Where did we get those numbers? 70% is 854 numbers $1.72 per call = $1,469. There are 1228 numbers in total and this equals to $37 = 1228 $0.03 per API calls. $1,500/$37 * 100 = 4,050%
Data cleaning is essential because it increases the efficiency and accuracy of the campaign team so they can reach out to the right audience promptly.
This script can be used to find the numbers that are valid and present the results in a bar chart:
valid_source_pct = net_data[~net_data["reachable"].str.contains("unknown")]
valid_source_pct = (valid_source_pct.dropna(subset=["reachable"]).groupby(['group','reachable'])['username'].count()/valid_source_pct.dropna(subset=["reachable"]).groupby(['group'])['username'].count())
valid_source_pct.unstack().plot.bar(stacked=True)
plt.legend(loc='center left', bbox_to_anchor=(1.0, 0.5))
It's also important to understand that quantity never indicates the quality of leads. As shown earlier, Binance provided the most phone records, but it also has the highest proportion of undeliverable numbers. Compared to Binance, Poloniex seems to be a better lead generator given its balance of high quantity and quality.
Target by Country
The Number Insights API can also be used to gather critical information about the best channel to reach investors.

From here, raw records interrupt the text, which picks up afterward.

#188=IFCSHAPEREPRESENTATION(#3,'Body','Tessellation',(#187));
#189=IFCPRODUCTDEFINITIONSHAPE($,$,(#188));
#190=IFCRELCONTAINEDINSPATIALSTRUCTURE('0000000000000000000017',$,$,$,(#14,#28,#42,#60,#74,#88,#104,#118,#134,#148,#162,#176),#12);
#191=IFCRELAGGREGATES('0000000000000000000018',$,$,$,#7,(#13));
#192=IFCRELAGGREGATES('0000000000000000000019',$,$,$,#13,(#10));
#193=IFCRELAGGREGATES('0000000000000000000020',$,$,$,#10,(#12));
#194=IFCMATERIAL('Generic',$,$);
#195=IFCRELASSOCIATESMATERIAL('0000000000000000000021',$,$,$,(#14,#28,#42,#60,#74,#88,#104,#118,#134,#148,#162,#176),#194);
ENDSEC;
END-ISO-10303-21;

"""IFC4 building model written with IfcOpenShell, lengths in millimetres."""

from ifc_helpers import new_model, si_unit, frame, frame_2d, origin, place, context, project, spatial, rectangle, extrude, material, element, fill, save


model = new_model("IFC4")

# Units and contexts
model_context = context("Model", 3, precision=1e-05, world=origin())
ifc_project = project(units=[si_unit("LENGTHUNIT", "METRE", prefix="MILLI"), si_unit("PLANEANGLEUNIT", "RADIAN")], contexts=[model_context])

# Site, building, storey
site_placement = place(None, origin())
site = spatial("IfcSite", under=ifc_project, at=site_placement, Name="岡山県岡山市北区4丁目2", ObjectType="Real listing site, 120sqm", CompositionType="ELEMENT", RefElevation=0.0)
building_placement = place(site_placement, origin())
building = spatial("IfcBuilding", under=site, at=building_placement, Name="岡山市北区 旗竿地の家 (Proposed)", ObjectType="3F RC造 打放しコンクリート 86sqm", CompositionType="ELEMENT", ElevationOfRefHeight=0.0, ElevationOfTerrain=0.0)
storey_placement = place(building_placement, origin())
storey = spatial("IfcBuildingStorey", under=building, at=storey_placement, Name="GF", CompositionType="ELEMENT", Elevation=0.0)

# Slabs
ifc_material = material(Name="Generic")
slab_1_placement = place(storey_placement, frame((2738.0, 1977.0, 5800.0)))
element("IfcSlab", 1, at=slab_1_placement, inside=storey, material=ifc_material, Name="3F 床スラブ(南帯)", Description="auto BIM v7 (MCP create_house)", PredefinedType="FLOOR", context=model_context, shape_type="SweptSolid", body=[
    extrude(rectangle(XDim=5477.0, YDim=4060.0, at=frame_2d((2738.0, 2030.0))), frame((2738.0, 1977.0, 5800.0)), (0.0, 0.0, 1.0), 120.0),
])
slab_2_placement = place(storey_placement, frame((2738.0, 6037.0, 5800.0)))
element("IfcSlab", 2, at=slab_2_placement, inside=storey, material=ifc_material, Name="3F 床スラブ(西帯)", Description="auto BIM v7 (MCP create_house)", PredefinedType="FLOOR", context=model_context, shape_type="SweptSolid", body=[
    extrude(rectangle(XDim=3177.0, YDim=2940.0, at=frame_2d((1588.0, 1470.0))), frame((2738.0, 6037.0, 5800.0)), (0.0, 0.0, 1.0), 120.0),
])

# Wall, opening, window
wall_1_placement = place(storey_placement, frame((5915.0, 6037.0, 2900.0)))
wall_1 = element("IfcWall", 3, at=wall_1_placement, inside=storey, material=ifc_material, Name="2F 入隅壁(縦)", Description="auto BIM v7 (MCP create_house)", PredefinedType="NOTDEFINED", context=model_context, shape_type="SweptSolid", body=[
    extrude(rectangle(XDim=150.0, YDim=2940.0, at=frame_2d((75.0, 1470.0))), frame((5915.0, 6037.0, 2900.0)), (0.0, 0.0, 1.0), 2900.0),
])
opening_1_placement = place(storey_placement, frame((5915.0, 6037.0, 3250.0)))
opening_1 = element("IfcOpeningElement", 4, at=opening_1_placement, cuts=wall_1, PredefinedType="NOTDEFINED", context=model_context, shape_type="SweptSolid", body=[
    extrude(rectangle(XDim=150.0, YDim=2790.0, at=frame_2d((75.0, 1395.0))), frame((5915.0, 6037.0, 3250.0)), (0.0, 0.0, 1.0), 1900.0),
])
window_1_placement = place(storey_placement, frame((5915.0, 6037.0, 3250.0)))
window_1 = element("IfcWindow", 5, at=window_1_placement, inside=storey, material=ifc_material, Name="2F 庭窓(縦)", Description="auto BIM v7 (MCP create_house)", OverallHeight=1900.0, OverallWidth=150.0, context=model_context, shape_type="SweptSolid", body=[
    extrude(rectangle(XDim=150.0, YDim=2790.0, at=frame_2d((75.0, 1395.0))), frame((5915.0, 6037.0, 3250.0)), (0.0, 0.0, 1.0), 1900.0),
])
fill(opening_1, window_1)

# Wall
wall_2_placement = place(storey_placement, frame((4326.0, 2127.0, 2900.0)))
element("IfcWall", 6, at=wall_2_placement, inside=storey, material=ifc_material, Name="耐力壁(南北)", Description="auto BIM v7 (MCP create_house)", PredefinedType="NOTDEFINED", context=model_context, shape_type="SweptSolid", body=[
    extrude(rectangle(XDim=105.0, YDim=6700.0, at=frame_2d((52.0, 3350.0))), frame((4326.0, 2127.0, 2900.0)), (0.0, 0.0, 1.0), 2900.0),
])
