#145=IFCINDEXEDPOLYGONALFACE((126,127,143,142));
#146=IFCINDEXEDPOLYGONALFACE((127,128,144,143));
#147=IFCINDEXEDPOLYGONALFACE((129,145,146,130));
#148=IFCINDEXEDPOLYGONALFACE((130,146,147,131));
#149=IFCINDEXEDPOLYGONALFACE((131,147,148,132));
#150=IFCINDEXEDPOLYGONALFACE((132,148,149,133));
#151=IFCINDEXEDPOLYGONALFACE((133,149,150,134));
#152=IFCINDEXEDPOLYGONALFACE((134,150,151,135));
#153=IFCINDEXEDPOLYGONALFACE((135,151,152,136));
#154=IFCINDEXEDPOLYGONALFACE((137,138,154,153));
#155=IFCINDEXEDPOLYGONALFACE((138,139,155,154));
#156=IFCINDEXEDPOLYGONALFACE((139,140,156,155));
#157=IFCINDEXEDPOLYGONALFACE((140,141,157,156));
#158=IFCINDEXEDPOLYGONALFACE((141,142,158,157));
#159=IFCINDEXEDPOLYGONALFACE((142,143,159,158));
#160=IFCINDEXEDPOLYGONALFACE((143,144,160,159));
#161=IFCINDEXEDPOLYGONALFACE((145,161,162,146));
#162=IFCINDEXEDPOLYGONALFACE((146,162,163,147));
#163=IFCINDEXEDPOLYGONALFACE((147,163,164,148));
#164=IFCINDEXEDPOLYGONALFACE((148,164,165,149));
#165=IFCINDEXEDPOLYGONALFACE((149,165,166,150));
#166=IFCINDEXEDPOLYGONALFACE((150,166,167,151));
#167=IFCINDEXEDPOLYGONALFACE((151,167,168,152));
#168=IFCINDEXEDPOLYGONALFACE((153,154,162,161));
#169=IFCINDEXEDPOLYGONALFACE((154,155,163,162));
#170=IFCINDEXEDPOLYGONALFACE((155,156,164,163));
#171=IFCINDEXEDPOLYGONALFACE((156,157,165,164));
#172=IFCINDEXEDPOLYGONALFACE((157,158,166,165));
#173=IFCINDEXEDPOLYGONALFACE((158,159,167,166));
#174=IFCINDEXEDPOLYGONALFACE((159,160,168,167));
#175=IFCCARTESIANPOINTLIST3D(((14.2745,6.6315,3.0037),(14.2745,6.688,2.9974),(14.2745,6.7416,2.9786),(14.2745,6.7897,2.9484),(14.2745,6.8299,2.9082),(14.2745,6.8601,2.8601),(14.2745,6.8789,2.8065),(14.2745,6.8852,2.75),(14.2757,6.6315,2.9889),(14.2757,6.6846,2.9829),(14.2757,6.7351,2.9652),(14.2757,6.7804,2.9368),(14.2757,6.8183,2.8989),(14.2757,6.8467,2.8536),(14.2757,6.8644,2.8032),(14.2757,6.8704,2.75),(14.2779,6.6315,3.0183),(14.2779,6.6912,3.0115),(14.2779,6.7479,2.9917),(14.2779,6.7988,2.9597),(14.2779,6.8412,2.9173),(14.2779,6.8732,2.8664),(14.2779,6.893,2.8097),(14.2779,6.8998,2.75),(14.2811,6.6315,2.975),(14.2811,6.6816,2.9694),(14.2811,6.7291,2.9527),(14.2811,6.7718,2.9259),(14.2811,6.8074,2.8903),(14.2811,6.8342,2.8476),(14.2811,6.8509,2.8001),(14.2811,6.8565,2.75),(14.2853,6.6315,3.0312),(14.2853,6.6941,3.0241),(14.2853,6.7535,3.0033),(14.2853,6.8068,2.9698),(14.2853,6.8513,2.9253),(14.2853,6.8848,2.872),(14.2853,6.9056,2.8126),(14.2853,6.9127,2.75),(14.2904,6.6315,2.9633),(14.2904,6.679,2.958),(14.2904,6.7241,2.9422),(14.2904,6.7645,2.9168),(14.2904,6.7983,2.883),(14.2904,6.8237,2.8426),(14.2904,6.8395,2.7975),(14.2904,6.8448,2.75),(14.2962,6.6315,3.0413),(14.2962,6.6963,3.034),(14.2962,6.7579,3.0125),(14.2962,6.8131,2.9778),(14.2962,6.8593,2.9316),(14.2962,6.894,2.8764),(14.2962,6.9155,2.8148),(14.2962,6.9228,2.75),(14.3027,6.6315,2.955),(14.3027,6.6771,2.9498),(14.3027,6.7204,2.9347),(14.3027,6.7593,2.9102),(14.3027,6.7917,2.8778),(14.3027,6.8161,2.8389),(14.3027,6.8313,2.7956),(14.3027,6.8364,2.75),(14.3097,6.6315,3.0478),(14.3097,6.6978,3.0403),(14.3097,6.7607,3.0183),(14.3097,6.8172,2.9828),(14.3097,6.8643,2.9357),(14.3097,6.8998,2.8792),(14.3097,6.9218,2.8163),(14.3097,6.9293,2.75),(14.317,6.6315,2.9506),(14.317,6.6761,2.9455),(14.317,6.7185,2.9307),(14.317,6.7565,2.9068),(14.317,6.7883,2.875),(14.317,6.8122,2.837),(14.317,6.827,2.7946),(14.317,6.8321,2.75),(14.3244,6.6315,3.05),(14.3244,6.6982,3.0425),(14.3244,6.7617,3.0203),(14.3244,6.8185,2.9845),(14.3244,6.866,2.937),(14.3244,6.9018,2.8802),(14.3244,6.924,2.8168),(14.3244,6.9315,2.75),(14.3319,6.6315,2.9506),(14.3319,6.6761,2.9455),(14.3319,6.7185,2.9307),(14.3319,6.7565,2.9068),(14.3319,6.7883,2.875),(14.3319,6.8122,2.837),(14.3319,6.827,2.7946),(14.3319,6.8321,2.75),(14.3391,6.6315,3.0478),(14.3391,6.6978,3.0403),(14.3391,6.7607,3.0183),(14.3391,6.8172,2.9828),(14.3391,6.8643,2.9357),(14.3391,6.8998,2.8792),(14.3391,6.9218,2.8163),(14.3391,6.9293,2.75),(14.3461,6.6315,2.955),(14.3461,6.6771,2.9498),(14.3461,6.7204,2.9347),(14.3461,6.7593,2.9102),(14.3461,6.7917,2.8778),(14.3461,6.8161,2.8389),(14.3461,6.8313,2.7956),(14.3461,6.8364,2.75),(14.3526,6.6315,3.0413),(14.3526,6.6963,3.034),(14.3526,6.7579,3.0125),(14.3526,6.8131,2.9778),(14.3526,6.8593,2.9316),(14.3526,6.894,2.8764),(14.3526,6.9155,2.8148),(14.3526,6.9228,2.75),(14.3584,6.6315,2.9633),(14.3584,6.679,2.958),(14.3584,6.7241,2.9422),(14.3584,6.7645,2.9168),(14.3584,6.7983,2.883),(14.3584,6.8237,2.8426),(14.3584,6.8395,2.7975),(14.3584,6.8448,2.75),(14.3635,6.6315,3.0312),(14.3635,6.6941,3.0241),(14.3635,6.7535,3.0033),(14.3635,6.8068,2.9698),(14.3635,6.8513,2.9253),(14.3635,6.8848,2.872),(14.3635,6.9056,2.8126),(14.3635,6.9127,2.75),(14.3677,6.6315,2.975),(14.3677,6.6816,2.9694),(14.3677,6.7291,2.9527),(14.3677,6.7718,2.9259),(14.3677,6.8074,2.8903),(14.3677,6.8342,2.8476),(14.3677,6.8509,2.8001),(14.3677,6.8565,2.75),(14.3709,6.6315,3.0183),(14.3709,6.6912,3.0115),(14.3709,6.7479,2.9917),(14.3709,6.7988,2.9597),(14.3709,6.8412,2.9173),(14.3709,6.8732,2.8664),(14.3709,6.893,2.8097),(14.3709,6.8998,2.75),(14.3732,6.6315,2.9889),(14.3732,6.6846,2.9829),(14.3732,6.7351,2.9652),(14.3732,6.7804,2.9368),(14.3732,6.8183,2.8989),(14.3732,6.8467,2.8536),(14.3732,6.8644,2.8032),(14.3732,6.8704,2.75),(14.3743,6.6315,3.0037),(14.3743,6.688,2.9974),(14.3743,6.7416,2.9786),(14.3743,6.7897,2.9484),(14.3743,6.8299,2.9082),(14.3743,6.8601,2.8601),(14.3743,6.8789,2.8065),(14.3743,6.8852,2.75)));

For example, this script can be used to aggregate and plot the numbers by country:
countries = net_data.groupby("country_name").agg({"username":"count"}).sort_values("username", ascending=False).reset_index()
plt.figure(figsize=(16,8))
# plot chart
ax1 = plt.subplot(121, aspect='equal')
countries.head(10).plot(kind='pie', y = 'username', ax=ax1, autopct='%1.1f%%',
startangle=90, shadow=True, labels=countries["country_name"], legend = False, fontsize=12, rotatelabels=True, pctdistance=0.85)

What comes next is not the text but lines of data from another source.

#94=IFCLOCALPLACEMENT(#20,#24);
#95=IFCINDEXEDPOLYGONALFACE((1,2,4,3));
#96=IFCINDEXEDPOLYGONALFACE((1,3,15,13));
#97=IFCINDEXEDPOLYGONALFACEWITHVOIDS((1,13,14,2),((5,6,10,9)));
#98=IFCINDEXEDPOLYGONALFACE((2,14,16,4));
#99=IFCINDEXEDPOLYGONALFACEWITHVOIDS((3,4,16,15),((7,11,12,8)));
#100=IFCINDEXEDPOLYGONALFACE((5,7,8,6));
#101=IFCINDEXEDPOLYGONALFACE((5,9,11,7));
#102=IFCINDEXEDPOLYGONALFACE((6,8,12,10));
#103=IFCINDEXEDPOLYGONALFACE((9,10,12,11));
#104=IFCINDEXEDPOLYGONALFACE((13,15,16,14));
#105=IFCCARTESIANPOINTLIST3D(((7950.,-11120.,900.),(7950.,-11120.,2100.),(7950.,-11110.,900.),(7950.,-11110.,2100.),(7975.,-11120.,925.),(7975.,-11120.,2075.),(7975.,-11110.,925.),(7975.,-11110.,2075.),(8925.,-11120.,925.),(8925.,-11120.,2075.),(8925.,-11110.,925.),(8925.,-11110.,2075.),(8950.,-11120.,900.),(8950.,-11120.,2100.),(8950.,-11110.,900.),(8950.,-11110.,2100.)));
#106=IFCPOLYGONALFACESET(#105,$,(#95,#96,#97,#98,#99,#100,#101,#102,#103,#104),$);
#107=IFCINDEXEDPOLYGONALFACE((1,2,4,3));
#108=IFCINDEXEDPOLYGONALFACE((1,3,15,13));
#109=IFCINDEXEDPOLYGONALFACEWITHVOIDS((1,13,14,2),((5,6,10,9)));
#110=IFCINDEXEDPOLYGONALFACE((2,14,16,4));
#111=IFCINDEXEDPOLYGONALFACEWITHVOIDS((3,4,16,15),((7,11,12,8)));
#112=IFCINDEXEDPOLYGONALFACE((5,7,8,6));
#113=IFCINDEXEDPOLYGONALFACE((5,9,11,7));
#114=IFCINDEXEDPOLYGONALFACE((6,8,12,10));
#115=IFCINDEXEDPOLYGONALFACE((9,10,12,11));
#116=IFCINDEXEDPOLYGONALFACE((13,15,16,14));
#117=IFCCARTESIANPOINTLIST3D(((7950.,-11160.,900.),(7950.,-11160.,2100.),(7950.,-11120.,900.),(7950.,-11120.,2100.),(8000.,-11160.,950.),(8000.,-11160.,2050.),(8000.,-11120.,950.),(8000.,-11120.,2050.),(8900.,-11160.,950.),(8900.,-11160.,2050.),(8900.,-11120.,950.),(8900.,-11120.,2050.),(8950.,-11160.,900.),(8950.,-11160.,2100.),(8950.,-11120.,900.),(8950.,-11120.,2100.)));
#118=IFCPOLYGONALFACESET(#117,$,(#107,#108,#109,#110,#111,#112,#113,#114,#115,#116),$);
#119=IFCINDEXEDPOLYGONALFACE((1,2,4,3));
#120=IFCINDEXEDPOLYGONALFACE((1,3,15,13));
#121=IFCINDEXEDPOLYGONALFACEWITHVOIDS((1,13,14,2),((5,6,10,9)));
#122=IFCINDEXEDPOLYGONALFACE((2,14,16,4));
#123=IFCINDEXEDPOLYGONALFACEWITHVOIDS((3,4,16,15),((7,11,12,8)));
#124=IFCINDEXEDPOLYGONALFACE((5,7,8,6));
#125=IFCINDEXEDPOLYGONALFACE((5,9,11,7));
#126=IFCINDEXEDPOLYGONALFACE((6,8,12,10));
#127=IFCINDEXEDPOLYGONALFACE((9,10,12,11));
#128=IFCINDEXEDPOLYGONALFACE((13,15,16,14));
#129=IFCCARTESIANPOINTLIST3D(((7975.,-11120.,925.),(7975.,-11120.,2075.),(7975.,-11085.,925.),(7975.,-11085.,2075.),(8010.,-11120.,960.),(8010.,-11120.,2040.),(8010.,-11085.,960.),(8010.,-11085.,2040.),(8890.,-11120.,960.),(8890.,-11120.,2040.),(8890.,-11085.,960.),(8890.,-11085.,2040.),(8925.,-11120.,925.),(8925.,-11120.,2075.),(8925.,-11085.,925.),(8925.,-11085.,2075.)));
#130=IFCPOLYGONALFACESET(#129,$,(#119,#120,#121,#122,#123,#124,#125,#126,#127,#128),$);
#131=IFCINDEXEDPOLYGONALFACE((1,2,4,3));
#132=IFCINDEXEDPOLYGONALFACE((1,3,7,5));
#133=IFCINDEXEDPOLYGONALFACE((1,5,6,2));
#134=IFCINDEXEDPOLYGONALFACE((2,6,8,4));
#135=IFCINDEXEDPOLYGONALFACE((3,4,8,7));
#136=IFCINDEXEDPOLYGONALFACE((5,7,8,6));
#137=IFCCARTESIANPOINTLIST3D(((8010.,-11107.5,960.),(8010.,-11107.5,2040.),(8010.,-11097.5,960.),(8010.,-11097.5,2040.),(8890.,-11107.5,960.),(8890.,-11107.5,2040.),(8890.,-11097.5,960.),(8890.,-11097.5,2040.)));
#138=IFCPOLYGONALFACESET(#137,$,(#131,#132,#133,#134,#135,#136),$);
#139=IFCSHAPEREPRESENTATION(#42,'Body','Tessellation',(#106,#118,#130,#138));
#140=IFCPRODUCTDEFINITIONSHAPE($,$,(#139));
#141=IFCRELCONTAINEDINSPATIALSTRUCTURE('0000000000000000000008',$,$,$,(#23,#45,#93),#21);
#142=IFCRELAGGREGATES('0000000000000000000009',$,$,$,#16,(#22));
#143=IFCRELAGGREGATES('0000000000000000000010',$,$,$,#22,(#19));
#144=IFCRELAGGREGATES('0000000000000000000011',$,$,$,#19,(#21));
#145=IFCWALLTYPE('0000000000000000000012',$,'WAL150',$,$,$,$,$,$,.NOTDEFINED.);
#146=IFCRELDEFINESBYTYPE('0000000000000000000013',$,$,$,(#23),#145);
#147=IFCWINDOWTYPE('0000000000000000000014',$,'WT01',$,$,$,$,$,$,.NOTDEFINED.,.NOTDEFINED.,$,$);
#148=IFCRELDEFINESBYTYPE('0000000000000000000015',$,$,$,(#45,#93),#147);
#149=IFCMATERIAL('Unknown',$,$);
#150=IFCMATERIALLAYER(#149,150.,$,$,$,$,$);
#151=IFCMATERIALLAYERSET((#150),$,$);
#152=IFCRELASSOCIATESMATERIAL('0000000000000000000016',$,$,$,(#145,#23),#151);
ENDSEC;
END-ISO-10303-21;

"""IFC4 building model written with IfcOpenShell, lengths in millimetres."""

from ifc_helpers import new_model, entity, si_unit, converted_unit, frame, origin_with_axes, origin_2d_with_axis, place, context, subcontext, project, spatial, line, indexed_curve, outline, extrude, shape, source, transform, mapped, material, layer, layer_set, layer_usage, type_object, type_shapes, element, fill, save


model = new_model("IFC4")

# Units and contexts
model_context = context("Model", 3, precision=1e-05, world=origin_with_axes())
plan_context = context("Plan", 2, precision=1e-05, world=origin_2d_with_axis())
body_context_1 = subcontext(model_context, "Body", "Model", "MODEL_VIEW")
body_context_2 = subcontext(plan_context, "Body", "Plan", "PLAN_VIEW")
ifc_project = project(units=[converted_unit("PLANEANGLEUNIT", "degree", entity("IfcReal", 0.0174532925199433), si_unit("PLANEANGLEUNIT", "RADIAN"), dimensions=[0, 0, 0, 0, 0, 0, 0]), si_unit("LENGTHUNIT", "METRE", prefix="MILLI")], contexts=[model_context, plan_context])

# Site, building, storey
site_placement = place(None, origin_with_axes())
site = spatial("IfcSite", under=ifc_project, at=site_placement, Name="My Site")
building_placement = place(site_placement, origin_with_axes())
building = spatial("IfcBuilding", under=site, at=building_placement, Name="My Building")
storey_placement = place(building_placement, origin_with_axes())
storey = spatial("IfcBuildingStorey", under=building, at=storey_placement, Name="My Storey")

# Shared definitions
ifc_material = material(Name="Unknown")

We observe that out of 91 countries with valid and reachable numbers, three countries constitute more than 70% of the records (Figure 1). Hence, the campaign should target numbers in the top 10 countries as a starting point rather than randomly calling 91 investors from 91 countries. This would further save time and customize the marketing message to reach out to the top prospects.

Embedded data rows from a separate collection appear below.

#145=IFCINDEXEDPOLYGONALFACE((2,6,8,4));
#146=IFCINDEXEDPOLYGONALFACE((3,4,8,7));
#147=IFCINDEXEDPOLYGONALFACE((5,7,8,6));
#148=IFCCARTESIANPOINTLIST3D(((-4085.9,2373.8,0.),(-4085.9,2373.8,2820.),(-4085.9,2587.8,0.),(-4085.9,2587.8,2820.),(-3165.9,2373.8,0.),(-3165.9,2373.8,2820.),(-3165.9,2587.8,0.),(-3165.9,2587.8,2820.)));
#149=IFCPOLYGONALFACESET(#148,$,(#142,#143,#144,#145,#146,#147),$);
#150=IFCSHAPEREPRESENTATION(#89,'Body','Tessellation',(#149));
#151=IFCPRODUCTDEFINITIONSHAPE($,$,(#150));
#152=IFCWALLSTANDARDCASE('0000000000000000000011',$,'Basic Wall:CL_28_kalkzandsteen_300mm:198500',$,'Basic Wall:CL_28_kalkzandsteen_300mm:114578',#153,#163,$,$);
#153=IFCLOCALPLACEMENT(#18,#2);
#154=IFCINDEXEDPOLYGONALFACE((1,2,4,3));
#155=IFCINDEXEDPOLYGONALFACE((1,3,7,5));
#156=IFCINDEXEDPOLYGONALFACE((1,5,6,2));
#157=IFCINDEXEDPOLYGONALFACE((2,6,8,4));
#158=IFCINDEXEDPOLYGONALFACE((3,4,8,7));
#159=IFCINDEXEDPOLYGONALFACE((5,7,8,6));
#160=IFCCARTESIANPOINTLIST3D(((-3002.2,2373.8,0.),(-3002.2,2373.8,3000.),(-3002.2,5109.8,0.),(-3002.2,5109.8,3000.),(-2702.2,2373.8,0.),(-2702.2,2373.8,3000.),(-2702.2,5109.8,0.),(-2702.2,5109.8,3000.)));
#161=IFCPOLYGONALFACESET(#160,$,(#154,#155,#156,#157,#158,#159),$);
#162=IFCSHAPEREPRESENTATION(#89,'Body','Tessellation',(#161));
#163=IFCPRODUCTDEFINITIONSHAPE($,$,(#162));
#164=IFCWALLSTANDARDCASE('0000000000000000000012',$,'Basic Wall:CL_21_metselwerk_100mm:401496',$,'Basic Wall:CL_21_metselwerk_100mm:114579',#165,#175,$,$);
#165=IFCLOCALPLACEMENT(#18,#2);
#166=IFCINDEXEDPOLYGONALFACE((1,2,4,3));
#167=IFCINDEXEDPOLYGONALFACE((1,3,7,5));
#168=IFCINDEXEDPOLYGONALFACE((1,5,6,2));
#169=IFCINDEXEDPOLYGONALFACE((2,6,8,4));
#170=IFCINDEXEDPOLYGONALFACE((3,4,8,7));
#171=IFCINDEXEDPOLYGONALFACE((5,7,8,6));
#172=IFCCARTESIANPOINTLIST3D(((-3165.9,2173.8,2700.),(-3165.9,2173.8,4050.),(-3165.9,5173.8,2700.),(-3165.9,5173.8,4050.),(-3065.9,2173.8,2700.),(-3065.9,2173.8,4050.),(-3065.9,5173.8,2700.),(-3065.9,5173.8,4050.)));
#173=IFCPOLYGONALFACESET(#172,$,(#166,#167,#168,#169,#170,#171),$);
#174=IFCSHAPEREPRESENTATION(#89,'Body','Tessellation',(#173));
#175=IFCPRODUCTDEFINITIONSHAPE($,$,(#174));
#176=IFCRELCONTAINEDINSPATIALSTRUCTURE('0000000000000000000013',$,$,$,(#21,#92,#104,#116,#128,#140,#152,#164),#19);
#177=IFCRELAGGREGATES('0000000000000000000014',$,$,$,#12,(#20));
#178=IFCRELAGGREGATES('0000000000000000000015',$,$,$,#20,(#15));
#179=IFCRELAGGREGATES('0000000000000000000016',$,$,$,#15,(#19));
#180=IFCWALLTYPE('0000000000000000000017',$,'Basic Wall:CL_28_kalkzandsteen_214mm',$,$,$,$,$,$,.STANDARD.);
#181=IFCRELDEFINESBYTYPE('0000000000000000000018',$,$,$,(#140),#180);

To make life even easier, we could understand which telecommunication carriers in each country are serving these potential investors. We could tie up promotions or easier access to these investors through these network carriers:
The Vonage Number Insights API gives you a chance to better understand your leads, your customers, and the market. Whether you want to study the frequency at which mobile consumers change their numbers or get a ground-up reality check on the competitiveness of the telecom market, this API quickly gives you the information you need to make better decisions to help you save time and money.